Anyways, I am feeling really disconnected from him as I don't think he is meeting my needs. I find it really hard to have sex, we have only had sex once in 3 months. It is extremely hard to "get in the mood" , I even tried having a glass of wine to set the mood which haven't help.


----------



## Tatsuhiko (Jun 21, 2016)

You mean you're not _attracted_ to your husband. If you have some resentment for him, figure out the cause and address it. Withholding sex is probably doing a lot of damage. He might be questioning his own masculinitity and emotionally distancing himself from you to protect his ego.


----------



## oldshirt (Apr 1, 2017)

What are these "needs" he is not meeting?

Are you meeting any of his?


----------



## cindy1 (Sep 23, 2016)

Its not that I am intentionally withholding sex from him but I don't have any desire to unless I force myself just to pleased him.

I do have resentment that I have not resolved. A year after we got married, I found out he doesn't want to have children and now he's open to it only to help save our marriage. He got laid off few years ago and ever since he has been working as a freelancer, he doesn't make enough to support himself as much as a family, luckily he had savings. I suggested to him a different approach to increase his freelancing but he haven't taken my suggestion. 

I got so desperate in wanting to have a family that I decided to return to school so that I would be the breadwinner.

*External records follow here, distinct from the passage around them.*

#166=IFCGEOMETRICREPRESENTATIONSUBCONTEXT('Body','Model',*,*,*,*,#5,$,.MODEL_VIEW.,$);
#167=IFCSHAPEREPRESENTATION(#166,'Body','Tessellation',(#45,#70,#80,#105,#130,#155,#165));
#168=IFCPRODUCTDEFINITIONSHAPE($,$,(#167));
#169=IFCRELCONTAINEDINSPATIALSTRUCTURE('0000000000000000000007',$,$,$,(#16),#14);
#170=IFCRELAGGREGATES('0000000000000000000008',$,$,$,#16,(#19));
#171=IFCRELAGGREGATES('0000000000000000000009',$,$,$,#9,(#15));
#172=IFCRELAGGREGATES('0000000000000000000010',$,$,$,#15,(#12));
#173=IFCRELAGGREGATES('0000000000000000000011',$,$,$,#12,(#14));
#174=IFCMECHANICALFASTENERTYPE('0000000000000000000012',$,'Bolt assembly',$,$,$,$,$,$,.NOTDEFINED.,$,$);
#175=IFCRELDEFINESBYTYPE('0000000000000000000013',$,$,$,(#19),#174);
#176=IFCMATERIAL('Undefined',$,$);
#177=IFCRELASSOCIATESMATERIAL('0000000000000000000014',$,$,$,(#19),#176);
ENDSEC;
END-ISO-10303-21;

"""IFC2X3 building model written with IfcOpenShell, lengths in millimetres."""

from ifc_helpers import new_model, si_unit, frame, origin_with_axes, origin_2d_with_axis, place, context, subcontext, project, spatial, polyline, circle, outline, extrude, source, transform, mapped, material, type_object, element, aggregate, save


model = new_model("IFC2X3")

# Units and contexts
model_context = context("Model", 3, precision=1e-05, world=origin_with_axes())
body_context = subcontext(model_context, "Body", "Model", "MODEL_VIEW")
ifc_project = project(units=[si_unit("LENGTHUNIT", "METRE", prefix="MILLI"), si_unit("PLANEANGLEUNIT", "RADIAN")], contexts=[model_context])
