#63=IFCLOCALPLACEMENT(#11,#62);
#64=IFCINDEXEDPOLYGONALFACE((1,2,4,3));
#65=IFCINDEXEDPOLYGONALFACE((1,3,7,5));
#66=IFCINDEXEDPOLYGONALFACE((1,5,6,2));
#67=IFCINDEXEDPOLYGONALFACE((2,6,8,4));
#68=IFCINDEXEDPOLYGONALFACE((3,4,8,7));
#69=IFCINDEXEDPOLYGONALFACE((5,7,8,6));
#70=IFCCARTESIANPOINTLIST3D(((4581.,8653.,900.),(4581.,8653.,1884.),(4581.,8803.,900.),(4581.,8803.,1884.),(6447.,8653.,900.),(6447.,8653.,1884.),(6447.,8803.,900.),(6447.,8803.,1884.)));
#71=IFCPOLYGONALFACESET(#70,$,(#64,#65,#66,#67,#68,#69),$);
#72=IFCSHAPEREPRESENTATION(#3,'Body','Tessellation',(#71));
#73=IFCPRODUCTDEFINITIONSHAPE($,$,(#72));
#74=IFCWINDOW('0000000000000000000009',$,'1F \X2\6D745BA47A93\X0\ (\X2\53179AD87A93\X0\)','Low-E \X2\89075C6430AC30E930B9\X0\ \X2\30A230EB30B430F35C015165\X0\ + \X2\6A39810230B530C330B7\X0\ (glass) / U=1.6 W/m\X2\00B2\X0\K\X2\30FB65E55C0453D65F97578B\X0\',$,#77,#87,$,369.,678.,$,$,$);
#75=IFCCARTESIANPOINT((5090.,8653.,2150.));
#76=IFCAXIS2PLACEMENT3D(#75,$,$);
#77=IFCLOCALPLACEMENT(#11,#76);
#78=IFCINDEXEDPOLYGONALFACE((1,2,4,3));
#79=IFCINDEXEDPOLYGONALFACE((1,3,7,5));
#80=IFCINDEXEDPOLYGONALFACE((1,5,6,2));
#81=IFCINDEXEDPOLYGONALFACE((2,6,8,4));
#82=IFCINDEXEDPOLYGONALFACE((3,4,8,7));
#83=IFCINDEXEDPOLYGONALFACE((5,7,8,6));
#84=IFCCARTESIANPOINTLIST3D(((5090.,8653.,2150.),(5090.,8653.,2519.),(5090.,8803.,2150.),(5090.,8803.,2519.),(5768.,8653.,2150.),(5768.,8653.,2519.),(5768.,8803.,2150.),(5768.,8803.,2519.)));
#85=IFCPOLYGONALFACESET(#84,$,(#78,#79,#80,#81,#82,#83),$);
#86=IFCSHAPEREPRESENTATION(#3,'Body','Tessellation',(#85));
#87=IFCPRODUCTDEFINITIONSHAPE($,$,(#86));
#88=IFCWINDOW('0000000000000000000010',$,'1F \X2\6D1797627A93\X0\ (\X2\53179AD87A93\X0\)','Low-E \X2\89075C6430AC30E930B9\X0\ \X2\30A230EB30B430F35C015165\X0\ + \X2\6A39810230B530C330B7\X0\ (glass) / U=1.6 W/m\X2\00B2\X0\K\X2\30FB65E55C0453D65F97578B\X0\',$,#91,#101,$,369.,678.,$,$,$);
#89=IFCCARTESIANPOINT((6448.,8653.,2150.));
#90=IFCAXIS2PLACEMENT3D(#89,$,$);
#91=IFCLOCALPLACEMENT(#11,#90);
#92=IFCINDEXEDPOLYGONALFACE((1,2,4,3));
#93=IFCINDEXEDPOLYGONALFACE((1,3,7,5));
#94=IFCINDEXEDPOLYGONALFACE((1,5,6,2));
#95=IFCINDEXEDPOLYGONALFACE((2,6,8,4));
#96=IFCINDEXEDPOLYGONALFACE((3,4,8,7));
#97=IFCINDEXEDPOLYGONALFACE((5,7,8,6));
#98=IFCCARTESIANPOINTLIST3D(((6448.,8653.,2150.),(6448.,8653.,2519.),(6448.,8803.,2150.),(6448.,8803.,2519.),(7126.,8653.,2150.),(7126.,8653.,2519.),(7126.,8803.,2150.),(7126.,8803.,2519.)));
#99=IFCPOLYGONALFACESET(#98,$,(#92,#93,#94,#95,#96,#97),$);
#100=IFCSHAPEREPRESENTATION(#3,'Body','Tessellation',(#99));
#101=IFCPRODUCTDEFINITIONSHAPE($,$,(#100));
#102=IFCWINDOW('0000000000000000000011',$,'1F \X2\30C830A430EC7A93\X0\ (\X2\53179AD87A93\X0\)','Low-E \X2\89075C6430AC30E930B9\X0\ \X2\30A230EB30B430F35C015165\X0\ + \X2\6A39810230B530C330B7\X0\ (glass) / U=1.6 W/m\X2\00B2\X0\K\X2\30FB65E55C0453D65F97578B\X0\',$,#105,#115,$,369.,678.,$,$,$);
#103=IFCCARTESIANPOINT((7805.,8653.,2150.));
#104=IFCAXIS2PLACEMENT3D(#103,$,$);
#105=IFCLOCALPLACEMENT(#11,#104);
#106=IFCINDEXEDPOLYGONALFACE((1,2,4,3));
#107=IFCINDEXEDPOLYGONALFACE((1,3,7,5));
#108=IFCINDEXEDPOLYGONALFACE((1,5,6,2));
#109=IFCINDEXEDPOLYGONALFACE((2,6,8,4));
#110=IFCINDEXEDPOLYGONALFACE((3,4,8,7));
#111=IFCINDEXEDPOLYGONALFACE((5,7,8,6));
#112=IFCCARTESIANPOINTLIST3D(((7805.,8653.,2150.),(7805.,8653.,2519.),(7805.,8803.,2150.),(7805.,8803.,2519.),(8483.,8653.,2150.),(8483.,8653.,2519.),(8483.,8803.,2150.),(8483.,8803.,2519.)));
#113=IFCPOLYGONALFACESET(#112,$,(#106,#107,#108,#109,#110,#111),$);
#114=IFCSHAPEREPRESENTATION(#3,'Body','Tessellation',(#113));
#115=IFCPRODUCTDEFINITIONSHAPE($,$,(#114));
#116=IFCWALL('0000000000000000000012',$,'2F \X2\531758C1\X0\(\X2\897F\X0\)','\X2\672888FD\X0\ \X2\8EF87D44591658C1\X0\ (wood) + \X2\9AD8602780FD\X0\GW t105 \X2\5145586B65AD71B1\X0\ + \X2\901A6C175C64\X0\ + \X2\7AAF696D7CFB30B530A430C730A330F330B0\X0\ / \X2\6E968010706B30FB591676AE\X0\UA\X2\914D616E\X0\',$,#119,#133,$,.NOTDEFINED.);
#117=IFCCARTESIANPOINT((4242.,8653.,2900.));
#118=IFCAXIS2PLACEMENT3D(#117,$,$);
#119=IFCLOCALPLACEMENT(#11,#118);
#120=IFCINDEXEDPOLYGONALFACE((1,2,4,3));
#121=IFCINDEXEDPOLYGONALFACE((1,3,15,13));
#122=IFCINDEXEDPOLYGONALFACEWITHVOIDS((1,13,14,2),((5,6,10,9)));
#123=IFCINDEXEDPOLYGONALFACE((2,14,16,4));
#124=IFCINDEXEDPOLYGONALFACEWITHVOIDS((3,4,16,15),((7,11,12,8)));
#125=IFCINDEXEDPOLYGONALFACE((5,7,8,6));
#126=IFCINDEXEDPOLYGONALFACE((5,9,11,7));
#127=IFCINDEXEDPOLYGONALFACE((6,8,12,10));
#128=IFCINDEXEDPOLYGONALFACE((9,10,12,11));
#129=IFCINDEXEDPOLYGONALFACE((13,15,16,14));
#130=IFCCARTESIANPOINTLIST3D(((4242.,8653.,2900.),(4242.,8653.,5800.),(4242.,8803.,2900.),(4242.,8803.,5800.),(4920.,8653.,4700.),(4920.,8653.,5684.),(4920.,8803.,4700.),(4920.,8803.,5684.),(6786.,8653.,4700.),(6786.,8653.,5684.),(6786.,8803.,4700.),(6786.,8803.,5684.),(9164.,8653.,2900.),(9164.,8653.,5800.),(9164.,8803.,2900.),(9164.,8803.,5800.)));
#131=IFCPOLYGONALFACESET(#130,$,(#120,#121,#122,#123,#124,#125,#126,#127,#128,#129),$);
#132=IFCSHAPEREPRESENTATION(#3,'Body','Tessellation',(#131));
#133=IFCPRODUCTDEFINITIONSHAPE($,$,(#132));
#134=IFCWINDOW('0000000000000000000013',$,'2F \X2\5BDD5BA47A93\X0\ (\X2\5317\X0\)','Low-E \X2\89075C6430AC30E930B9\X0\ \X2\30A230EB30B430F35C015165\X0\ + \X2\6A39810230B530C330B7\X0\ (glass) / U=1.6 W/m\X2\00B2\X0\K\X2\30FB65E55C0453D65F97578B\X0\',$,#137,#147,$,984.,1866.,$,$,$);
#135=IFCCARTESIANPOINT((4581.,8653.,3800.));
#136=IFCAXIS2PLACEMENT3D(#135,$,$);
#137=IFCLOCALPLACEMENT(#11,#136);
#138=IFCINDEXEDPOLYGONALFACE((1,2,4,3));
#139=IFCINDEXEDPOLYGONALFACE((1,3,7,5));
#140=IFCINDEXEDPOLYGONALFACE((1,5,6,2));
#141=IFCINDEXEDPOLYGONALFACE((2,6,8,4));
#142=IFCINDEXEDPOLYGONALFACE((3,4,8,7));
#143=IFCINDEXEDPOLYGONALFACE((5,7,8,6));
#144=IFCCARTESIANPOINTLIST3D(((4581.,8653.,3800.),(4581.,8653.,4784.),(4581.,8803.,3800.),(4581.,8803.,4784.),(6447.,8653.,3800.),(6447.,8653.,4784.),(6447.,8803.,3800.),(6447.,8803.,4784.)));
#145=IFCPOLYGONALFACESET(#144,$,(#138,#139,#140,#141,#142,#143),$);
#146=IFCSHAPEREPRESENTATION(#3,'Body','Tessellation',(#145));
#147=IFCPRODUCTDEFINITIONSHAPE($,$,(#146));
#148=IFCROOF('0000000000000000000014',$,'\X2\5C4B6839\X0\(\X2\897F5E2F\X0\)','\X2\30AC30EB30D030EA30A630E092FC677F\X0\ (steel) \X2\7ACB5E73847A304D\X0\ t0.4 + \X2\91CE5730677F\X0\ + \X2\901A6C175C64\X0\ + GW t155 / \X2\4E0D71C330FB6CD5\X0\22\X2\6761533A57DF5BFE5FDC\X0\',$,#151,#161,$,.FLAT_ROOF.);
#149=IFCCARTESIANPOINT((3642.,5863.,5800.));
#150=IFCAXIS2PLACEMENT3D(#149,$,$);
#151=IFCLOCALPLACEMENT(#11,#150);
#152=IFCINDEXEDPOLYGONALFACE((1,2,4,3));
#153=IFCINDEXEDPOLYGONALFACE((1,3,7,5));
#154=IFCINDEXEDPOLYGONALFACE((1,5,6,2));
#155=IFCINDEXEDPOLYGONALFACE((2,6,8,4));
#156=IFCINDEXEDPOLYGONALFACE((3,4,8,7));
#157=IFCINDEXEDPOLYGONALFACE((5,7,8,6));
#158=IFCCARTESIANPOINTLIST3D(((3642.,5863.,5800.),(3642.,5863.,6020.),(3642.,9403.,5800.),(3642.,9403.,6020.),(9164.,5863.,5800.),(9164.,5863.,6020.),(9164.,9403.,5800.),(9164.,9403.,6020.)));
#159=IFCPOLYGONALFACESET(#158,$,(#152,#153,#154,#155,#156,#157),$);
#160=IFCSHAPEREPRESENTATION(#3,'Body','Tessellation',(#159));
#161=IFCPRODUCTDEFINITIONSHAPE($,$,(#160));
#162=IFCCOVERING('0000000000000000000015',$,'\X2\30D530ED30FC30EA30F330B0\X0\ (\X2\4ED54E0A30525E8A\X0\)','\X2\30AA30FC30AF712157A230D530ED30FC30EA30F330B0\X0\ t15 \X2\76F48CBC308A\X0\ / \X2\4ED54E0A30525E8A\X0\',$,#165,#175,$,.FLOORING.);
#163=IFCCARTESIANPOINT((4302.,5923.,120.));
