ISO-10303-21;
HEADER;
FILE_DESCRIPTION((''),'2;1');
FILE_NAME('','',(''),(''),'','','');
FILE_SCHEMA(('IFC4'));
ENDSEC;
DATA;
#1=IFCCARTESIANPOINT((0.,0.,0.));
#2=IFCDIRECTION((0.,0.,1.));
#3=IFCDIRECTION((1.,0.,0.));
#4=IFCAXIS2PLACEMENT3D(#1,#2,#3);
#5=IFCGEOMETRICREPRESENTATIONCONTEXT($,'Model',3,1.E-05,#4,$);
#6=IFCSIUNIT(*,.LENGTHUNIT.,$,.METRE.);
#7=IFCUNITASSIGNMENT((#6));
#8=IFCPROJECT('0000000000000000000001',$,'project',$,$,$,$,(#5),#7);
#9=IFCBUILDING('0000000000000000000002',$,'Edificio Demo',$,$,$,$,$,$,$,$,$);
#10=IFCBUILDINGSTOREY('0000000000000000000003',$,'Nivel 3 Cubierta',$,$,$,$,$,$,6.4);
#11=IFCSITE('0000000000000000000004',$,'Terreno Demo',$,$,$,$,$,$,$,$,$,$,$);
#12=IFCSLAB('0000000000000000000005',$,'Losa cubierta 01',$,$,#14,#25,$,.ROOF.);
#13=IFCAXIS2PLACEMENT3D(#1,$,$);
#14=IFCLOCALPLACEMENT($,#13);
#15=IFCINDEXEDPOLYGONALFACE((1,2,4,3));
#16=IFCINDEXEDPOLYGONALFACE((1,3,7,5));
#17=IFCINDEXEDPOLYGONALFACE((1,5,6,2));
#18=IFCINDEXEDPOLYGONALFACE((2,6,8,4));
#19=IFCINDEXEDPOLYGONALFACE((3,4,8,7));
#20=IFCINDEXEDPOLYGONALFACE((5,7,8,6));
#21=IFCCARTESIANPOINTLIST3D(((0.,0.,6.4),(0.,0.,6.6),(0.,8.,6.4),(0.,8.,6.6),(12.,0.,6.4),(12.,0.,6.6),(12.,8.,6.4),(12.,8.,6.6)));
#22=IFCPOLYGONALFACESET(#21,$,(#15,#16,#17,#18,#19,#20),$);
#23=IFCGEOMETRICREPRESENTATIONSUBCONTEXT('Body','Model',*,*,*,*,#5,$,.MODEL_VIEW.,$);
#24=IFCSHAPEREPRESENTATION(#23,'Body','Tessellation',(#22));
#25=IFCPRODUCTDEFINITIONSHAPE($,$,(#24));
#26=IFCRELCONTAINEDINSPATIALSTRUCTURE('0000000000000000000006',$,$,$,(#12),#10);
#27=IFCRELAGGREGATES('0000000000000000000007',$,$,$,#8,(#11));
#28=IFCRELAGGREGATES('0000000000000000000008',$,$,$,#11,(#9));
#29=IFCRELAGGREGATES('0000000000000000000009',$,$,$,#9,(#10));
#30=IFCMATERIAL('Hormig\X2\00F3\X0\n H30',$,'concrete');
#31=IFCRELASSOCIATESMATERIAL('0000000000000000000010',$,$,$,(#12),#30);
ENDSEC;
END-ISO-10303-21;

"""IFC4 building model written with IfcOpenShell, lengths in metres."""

from ifc_helpers import new_model, si_unit, frame, frame_2d, origin_with_axes, place, context, subcontext, project, spatial, rectangle, extrude, material, element, save


model = new_model("IFC4")

# Units and contexts
model_context = context("Model", 3, precision=1e-05, world=origin_with_axes())
body_context = subcontext(model_context, "Body", "Model", "MODEL_VIEW")
ifc_project = project(units=[si_unit("LENGTHUNIT", "METRE")], contexts=[model_context])

# Site, building, storey
site = spatial("IfcSite", under=ifc_project, Name="Terreno Demo")
building = spatial("IfcBuilding", under=site, Name="Edificio Demo")
storey = spatial("IfcBuildingStorey", under=building, Name="Nivel 3 Cubierta", Elevation=6.4)

# Slab
ifc_material = material(Name="Hormigón H30", Category="concrete")
slab_placement = place(None, frame((0.0, 0.0, 6.4), z_axis=(0.0, 0.0, 1.0), x_axis=(1.0, 0.0, 0.0)))
element("IfcSlab", 1, at=slab_placement, inside=storey, material=ifc_material, Name="Losa cubierta 01", PredefinedType="ROOF", context=body_context, shape_type="SweptSolid", body=[
    extrude(rectangle(XDim=12.0, YDim=8.0, at=frame_2d((6.0, 4.0))), origin_with_axes(), (0.0, 0.0, 1.0), 0.2),
])

save(model, "model.ifc")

But now am thinking that our lives will be miserable in the future if a child is in the picture as I have a husband who has no desire to be a father and that I will come home from work and having to take full responsibility as he would be at home waiting for me to release him from taking care of the child.

I am just seeing more resentment in the future and with being 18 years apart am starting to think that my life would be better with someone that share the same goals.

I do meet most of his needs, his idea of marriage is just husband and wife having companionship in a loving marriage and live happy ever after, mine is having a family with 2 children. Being in my mid 30's I feel like everyday being with him is taking away my dreams.


----------



## Um Excuse Me (Feb 3, 2018)

cindy1 said:


> Its not that I am intentionally withholding sex from him but I don't have any desire to unless I force myself just to pleased him.
> 
> I do have resentment that I have not resolved. A year after we got married, I found out he doesn't want to have children and now he's open to it only to help save our marriage. He got laid off few years ago and ever since he has been working as a freelancer, he doesn't make enough to support himself as much as a family, luckily he had savings. I suggested to him a different approach to increase his freelancing but he haven't taken my suggestion.
> 
> ...


I'm probably old school here, but don't people normally discuss these issues before they get married? :scratchhead:

You say he's been working as a freelancer. Did you mean to say freeloader?


----------



## TJW (Mar 20, 2012)

cindy1 said:


> I have a husband who has no desire to be a father and that I will come home from work and having to take full responsibility


I think you are saying that your husband is 18 years older than you. That puts him in lower 50s now. Considering that roughly 20 years are required to raise a child, and you want 2 ..... I can well understand his reluctance.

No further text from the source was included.